EXTRACTED MATERIAL Block Start
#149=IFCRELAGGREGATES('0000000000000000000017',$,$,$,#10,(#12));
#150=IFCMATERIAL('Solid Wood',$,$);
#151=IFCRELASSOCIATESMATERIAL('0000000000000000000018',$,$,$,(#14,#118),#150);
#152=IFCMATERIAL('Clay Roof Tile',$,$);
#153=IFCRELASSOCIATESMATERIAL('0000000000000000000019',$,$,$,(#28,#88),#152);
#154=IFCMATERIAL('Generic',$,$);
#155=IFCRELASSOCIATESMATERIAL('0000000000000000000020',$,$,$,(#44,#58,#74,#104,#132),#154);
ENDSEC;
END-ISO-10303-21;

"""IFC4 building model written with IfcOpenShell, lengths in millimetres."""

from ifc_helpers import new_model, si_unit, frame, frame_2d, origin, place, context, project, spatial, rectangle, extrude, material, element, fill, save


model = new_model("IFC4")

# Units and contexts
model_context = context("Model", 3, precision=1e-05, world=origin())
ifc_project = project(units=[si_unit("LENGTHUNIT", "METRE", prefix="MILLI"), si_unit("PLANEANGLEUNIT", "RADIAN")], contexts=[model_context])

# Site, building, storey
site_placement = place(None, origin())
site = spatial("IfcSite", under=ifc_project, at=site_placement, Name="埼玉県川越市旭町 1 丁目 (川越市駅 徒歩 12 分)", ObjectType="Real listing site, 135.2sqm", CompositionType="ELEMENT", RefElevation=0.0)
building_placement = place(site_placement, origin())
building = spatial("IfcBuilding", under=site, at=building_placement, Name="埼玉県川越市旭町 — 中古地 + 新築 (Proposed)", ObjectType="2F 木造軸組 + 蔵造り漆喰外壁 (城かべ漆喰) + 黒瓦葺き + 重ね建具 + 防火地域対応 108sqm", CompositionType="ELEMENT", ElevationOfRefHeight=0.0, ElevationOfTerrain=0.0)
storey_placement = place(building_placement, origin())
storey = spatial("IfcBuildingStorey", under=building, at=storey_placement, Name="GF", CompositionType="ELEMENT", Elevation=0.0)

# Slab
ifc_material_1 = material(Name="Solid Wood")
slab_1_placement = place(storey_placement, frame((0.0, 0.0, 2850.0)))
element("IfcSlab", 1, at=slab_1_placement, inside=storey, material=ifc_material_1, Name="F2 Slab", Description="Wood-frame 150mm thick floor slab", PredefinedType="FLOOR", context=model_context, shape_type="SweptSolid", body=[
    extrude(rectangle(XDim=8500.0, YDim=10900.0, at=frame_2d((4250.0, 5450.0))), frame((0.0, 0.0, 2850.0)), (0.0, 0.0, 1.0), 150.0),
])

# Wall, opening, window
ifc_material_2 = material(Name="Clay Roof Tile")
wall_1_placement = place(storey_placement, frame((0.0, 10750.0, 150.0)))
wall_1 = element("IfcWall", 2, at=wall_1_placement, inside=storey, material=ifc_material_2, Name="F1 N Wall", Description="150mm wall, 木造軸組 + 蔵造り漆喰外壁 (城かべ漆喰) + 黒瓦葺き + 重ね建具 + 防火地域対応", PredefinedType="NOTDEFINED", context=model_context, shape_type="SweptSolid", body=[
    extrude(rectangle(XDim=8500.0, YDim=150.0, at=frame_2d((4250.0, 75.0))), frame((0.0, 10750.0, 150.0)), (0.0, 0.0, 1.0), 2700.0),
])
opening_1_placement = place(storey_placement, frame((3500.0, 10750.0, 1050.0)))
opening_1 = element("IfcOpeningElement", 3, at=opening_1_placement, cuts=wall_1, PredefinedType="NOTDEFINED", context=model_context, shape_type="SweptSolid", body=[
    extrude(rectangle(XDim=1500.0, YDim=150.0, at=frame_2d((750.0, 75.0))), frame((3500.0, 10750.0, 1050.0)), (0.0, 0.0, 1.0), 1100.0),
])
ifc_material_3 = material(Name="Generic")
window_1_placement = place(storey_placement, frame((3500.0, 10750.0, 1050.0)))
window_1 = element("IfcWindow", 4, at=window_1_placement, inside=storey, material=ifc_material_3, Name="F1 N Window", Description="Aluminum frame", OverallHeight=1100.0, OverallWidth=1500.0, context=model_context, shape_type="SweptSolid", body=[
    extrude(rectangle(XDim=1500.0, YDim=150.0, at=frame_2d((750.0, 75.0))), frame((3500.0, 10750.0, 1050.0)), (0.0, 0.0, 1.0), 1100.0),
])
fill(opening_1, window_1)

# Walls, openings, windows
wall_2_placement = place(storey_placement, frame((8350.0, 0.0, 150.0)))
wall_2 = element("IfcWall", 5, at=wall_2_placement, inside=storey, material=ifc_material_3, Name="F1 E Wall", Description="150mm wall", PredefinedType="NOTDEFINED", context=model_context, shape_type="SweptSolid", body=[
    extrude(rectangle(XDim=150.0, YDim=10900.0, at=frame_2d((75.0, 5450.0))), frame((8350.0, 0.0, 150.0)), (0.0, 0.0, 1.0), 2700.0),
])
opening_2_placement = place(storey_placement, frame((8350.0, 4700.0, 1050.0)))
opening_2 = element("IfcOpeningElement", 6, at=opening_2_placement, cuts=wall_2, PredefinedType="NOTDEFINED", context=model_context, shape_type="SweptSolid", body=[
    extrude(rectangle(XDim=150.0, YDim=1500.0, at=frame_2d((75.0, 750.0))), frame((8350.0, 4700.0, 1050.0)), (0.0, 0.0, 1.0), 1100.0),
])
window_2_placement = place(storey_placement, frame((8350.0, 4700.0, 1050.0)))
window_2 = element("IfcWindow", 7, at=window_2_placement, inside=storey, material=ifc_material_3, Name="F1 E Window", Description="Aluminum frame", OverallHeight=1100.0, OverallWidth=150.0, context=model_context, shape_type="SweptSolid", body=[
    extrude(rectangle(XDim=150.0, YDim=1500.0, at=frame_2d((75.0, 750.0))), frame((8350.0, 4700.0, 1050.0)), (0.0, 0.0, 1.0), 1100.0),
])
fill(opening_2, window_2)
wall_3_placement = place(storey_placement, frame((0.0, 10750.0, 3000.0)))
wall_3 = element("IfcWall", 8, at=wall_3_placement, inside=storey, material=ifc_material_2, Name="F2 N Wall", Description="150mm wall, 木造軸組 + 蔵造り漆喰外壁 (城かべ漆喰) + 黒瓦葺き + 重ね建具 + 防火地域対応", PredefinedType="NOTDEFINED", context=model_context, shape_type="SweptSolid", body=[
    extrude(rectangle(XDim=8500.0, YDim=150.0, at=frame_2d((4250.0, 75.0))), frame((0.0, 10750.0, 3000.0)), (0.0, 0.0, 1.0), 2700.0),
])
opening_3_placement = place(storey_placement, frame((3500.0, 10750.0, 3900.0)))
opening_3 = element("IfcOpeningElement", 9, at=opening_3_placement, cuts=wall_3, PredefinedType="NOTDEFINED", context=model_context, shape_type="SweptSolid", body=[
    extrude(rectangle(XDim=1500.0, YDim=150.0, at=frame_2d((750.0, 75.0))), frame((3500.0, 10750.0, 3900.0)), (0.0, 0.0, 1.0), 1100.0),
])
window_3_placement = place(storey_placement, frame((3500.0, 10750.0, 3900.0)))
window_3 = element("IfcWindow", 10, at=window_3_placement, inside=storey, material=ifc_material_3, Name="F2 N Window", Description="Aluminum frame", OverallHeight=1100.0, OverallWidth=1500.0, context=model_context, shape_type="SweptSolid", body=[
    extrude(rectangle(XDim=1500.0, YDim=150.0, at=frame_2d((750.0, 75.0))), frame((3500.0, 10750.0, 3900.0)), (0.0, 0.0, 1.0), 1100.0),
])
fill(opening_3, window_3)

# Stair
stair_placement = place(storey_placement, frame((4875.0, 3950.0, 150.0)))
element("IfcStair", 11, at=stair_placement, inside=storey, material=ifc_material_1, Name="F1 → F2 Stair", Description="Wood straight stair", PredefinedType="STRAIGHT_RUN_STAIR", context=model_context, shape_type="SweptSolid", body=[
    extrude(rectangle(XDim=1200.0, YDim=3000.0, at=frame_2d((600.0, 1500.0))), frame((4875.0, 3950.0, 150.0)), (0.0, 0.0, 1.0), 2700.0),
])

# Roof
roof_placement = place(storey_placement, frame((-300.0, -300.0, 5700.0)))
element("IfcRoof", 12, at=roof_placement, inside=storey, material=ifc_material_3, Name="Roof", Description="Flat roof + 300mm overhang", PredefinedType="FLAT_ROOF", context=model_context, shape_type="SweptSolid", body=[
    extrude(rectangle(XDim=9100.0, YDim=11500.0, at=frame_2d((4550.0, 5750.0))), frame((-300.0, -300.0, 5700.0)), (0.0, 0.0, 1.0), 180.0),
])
EXTRACTED MATERIAL Block End
> _EXERCISE REQUIREMENTS_
Your answer should hold every line of the entries that contains the string "origin".

> _SOLUTION FOR THIS PROBLEM_
from ifc_helpers import new_model, si_unit, frame, frame_2d, origin, place, context, project, spatial, rectangle, extrude, material, element, fill, save
model_context = context("Model", 3, precision=1e-05, world=origin())
site_placement = place(None, origin())
building_placement = place(site_placement, origin())
storey_placement = place(building_placement, origin())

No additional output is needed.